More than one million Shiite Muslims gathered at shrines and mosques across Iraq on Tuesday for the Ashoura religious ritual with Iraqi security forces on alert for any repeat of the attacks that have inflicted mass casualties during past pilgrimages.
The presence in the country of ultra-hardline Islamic state militants who swept through the north earlier this year raises the possibility of wider bloodshed this time as crowds swell.
Islamic State, seen as more ruthless than its predecessor in Iraq, Al Qaeda, believes Shi'ites are infidels who deserve to be killed and the group has claimed responsibility for numerous suicide bombings against members of the majority sect.
Security for the event has been tight since suspected Al Qaeda suicide bombers and mortar attacks killed 171 people during Ashoura, an event that defines Shi'ism and its rift with Sunni Islam, in Kerbala and Baghdad in 2004.
Shi'ites are commemorating the slaying of Prophet Mohammad's grandson Hussein at the battle of Kerbala in AD 680.
In the holy city of Kerbala, hundreds of thousands of pilgrims gathered outside the Shrine of Imam Hussein chanting: "Hussein, Hussein, Hussein."
During the ritual, Shi'ites beat their heads and chests and gash their heads with swords to show their grief and echo the suffering of Imam Hussein.
In the past, suicide bombers posing as pilgrims have infiltrated large crowds, and militants have fired mortar rounds at the gathering from the outskirts of Kerbala.
History of Oppression
Under Saddam Hussein's secular rule, such displays were banned in Iraq, which was ruled mostly by Sunnis in his Baath Party.
Since the dictator was toppled in 2003, Shi'ites have dominated Iraqi governments but openly practising their faith at large gatherings puts the majority sect at risk of suicide bombing attacks by hardline Sunni groups.
Islamic State's attacks on Shi'ites have helped return violence to the alarming levels of 2006-2007, the peak of a sectarian civil war.
After taking office three months ago, Shi'ite Prime Minister Haider al-Abadi promised to heal sectarian divisions in order to unite the country against Islamic State, which has declared a caliphate in parts of Iraq and Syria it controls.
But there have been no tangible signs that he is taking on Iranian-backed Shiite militias, which seem to act with impunity.
The Sunni minority, who were marginalised by Abadi's predecessor Nuri al-Maliki, complain that the militias kidnap, torture and kill at will. The militias say they only go after Islamic State militants.
Last week in western Anbar province, Islamic State killed more than 300 members of the Sunni Albu Nimr tribe, which had defied them for weeks, and dumped the bodies in mass graves or on roadsides.
Sheikh Naeem al-Ga'oud, one of the tribe's leaders, and security officials told Reuters 25 more tribesmen were shot at close range on Monday night and dumped in a well in Anbar.

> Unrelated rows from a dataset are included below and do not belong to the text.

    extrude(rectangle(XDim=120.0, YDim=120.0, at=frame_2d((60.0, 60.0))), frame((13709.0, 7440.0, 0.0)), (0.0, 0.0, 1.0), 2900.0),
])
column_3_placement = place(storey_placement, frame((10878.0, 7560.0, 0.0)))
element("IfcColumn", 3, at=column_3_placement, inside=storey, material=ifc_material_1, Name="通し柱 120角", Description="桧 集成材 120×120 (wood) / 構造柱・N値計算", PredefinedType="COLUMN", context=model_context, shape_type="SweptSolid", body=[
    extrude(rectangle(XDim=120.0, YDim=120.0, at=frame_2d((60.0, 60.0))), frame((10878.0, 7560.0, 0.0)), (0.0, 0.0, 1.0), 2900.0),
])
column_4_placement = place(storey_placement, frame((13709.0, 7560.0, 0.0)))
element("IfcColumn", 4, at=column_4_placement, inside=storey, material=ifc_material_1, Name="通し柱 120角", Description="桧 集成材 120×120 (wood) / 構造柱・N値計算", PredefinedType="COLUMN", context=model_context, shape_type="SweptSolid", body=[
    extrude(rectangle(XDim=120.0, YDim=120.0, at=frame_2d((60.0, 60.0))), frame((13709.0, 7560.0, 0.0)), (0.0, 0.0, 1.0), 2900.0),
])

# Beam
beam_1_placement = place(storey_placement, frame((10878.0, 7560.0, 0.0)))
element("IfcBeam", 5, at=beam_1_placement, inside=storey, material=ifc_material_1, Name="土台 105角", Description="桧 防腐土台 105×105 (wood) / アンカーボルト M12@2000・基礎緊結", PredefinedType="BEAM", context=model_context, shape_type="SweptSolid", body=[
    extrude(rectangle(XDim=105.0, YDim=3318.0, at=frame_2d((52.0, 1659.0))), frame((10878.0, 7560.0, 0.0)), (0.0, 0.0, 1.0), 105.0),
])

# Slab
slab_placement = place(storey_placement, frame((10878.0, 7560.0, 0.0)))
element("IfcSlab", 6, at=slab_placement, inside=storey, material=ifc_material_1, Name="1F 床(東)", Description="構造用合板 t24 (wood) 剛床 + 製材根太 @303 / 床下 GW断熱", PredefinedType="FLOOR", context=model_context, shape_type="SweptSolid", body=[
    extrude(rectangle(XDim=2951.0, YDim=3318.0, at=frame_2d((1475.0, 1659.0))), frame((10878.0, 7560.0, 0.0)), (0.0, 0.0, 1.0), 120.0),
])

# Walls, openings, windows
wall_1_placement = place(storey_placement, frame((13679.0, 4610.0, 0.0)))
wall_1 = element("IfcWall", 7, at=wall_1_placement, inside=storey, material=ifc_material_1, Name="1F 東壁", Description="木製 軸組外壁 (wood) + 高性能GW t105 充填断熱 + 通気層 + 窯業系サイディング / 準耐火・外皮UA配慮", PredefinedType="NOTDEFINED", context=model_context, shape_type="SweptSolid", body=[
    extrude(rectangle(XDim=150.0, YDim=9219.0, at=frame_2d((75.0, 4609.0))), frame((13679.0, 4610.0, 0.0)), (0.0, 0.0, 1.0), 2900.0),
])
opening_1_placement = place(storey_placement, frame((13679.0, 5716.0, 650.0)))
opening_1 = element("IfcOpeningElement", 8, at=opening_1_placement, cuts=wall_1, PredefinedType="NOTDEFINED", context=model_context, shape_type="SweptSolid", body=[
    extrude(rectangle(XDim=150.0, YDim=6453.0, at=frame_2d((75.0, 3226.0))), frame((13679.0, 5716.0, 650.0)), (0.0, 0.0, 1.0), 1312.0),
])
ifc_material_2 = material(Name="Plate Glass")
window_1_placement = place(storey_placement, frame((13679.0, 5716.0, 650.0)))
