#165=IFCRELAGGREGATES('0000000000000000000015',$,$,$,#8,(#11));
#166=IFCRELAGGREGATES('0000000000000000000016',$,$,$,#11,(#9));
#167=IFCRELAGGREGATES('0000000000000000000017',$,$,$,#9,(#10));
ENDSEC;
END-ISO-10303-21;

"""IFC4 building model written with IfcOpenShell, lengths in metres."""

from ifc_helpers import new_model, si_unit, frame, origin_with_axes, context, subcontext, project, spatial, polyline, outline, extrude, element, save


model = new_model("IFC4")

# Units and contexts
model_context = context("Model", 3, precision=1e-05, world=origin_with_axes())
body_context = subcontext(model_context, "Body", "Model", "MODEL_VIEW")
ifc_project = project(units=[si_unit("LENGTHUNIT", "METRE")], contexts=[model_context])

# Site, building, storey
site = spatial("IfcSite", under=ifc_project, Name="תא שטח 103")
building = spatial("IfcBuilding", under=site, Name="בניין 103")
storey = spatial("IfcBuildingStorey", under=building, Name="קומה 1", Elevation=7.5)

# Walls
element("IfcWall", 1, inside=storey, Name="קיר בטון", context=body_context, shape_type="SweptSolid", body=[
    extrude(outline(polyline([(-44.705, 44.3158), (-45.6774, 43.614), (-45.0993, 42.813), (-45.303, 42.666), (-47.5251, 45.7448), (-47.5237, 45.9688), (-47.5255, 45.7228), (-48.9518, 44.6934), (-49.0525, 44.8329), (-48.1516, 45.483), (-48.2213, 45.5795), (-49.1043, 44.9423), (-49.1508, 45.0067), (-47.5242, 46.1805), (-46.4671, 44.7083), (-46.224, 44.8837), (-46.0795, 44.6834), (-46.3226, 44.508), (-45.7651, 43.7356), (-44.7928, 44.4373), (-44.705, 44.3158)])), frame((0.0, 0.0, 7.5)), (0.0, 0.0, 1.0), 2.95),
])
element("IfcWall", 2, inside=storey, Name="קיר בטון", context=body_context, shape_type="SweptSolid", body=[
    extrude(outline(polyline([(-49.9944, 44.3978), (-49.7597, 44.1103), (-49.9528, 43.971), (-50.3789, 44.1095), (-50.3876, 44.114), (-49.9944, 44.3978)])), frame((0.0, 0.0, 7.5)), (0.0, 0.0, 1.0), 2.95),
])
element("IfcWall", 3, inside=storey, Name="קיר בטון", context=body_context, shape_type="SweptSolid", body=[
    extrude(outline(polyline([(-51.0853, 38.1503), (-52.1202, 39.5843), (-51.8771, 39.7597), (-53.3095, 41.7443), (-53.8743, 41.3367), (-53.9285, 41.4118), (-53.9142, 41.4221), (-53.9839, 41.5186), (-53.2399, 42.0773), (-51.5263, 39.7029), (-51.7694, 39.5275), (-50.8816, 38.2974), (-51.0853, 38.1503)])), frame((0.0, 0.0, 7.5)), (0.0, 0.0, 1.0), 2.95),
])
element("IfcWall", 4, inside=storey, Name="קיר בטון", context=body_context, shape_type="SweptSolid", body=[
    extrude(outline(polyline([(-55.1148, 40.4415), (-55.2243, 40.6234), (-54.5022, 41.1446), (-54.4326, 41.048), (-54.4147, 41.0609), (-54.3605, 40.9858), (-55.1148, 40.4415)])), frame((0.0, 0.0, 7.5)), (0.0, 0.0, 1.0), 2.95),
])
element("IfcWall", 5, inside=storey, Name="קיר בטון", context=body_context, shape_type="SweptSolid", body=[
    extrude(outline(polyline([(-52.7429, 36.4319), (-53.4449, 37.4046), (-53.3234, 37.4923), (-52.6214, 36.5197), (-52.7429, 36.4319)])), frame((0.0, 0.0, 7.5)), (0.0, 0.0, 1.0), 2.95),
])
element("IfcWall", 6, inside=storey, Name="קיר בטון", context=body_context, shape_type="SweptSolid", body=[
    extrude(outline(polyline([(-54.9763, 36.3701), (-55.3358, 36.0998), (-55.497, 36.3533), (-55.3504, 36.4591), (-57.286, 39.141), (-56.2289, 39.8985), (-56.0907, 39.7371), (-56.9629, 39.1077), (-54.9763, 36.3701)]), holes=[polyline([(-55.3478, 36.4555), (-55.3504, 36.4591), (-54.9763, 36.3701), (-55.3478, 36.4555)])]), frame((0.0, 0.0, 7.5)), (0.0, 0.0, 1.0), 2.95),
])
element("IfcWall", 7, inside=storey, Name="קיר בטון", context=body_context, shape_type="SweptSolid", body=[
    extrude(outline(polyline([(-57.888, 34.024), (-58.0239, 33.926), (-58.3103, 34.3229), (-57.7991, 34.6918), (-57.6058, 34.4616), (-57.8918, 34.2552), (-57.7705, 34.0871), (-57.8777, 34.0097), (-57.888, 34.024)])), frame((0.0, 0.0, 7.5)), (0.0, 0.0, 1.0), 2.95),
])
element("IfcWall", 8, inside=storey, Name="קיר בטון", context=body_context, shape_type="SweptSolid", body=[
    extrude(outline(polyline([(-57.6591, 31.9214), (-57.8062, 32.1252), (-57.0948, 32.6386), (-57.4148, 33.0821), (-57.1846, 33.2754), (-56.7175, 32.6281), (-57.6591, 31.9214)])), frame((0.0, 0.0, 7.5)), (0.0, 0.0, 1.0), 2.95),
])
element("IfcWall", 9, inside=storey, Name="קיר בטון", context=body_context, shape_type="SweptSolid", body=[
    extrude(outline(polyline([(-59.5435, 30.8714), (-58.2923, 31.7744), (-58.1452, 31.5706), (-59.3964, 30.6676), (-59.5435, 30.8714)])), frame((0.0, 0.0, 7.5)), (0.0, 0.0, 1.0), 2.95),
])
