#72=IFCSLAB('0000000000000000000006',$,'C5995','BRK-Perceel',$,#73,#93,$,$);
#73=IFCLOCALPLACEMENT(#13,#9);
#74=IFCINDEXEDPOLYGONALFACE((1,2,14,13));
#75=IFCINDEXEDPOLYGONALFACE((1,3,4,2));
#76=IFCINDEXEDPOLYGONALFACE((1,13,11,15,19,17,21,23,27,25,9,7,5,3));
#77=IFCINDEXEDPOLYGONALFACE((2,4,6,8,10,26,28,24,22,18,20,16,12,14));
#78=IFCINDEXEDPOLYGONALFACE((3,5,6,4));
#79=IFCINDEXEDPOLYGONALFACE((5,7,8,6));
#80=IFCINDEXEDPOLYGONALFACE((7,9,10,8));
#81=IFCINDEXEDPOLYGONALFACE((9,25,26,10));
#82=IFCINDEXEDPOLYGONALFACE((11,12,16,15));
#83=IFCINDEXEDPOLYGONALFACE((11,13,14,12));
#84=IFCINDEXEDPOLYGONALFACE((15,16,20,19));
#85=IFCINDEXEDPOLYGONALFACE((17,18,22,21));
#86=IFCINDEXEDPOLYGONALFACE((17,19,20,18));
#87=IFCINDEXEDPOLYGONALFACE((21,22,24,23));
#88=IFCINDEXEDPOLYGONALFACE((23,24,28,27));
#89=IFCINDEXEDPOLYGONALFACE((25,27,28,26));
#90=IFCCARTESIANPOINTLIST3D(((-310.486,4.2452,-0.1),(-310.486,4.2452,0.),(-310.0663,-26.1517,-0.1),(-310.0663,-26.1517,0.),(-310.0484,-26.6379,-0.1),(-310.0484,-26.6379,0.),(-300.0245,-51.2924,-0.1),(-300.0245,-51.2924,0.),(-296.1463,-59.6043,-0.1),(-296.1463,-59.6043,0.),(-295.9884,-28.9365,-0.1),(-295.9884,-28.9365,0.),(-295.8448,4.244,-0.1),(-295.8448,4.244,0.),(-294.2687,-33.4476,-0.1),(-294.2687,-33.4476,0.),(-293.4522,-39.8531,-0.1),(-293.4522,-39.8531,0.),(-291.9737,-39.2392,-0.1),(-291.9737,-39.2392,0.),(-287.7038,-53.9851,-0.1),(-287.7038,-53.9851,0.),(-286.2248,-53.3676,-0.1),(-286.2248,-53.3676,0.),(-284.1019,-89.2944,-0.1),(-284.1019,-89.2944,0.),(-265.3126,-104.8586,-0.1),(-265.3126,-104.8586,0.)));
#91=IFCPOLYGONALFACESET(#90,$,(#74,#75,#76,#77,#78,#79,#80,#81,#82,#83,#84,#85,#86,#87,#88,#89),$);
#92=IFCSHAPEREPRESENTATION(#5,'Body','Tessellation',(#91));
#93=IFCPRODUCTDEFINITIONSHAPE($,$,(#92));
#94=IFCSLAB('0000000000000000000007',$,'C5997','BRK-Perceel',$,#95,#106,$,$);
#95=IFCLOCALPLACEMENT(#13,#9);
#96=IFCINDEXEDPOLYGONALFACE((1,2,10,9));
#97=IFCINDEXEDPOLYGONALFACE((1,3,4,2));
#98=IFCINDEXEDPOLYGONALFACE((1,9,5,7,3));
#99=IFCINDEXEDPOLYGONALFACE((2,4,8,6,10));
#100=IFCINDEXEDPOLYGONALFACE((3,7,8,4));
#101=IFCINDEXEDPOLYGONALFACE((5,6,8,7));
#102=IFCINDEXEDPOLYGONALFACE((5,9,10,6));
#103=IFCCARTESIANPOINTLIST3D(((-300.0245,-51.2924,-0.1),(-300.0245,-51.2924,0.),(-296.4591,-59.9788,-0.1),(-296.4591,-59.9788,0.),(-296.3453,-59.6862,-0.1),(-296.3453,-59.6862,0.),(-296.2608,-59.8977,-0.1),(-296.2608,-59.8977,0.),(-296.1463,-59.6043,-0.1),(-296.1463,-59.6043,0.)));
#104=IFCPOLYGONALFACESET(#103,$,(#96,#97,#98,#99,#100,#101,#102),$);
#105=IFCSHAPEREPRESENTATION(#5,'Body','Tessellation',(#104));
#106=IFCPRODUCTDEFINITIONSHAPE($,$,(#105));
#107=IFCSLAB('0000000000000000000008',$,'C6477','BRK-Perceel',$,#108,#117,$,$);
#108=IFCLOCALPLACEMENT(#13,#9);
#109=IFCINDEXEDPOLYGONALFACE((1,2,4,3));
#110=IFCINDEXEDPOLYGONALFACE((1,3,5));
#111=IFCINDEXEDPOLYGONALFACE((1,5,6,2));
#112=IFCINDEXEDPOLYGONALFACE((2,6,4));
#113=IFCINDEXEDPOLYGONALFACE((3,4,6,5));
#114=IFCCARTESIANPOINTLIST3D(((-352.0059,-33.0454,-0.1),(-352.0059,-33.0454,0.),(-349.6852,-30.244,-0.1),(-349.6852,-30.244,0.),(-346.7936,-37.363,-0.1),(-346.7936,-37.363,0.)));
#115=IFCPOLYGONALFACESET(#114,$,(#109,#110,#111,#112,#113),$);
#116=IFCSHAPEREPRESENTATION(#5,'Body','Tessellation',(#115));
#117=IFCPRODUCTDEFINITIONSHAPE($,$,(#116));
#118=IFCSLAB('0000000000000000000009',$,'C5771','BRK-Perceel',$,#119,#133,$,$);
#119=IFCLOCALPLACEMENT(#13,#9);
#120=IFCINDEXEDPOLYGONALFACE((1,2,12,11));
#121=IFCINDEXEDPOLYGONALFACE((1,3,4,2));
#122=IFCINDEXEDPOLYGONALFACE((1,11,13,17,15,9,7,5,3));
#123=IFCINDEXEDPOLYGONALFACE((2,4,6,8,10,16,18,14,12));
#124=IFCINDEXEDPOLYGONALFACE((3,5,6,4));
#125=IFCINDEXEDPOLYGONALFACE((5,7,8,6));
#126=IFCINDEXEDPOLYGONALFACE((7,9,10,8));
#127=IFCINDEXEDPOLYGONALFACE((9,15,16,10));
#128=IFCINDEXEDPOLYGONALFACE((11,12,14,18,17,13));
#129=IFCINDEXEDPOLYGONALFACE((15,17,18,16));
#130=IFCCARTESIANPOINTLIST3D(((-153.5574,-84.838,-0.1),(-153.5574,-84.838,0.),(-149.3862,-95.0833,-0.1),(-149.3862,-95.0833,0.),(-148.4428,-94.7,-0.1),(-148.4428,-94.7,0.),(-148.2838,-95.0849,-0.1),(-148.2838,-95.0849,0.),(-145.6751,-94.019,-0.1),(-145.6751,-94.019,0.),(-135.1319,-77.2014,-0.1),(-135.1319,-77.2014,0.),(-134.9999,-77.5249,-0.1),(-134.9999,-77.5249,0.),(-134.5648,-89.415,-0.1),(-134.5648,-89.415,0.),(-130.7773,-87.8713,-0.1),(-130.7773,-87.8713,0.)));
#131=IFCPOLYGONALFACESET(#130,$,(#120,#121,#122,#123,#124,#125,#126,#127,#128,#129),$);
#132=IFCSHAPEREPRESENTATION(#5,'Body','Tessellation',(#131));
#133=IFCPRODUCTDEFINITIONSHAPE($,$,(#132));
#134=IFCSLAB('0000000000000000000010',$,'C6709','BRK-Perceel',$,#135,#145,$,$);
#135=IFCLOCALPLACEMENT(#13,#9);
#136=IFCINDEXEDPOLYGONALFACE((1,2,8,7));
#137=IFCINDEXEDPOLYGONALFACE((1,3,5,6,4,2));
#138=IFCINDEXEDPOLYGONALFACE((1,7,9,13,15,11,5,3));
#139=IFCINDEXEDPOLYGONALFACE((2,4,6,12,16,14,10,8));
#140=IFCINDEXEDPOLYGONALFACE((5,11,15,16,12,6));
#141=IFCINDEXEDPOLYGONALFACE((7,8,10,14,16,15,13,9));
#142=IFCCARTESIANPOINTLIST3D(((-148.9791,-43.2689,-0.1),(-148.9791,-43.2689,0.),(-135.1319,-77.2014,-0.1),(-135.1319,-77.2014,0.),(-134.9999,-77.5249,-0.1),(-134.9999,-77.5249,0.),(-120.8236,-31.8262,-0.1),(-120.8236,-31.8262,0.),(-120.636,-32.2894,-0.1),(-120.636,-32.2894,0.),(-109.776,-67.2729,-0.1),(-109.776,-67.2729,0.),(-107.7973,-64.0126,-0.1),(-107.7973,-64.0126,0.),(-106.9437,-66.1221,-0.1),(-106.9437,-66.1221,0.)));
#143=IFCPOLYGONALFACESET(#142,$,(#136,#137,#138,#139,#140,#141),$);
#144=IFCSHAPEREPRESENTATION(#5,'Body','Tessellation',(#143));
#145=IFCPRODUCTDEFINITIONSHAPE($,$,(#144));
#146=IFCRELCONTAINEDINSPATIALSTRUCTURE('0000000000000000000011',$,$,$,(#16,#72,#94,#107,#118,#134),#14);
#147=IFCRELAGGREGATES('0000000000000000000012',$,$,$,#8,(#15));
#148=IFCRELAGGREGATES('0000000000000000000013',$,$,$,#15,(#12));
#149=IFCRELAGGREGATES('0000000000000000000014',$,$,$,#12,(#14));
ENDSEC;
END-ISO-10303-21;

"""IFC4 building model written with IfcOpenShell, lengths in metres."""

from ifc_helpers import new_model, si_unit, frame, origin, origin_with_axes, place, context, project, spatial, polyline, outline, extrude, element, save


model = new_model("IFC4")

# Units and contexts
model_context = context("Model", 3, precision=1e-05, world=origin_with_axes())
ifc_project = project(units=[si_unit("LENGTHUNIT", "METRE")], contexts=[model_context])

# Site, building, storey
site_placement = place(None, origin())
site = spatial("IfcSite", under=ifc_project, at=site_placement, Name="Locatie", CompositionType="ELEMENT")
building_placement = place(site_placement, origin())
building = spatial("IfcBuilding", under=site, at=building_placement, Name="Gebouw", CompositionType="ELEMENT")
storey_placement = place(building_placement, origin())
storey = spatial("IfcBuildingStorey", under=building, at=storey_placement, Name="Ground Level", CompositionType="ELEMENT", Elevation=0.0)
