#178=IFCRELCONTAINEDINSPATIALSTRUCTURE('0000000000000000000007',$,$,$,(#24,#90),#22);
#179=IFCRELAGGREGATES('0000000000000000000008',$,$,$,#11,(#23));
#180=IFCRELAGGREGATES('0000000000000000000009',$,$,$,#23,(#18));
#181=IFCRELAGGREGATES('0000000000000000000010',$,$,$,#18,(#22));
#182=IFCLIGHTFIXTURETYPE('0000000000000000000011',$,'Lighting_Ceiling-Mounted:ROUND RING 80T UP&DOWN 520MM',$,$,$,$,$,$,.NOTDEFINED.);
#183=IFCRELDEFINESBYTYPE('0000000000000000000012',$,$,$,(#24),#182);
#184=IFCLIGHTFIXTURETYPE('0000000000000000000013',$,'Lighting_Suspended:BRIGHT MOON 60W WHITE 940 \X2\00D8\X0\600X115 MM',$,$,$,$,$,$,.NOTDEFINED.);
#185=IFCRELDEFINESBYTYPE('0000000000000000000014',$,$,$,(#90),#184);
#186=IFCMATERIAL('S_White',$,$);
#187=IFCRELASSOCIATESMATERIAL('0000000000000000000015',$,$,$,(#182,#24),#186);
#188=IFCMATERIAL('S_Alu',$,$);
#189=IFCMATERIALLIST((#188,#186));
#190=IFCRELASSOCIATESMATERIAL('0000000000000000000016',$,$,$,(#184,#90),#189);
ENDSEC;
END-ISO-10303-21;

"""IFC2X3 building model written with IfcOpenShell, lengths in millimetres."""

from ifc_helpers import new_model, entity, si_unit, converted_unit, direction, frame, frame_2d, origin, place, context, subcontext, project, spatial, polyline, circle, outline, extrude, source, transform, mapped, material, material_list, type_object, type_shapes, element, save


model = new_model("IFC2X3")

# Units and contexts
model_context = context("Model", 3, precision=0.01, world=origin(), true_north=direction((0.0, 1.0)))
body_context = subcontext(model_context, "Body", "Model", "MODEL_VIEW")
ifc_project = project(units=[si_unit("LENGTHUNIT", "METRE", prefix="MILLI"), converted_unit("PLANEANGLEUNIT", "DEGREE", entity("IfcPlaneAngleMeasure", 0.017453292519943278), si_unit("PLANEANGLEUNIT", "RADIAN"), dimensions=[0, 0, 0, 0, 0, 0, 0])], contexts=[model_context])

During the emotional ritual in Kerbala, Shi'ites were defiant, despite the new dangers posed by Islamic State.
"Islamic State can’t stop us from coming with their violence," said pilgrim Ali Ajaj, 65.
His wife, Um Mohammed, recalled how Saddam Hussein's agents killed two of their sons, a tragedy that made her more determined to practice her faith.
"Islamic State car bombs and explosions will not stop me from coming."
Under strict security measures on Tuesday, cars were not allowed to enter Kerbala for fear of car bomb attacks. Instead, pilgrims boarded buses organised by authorities.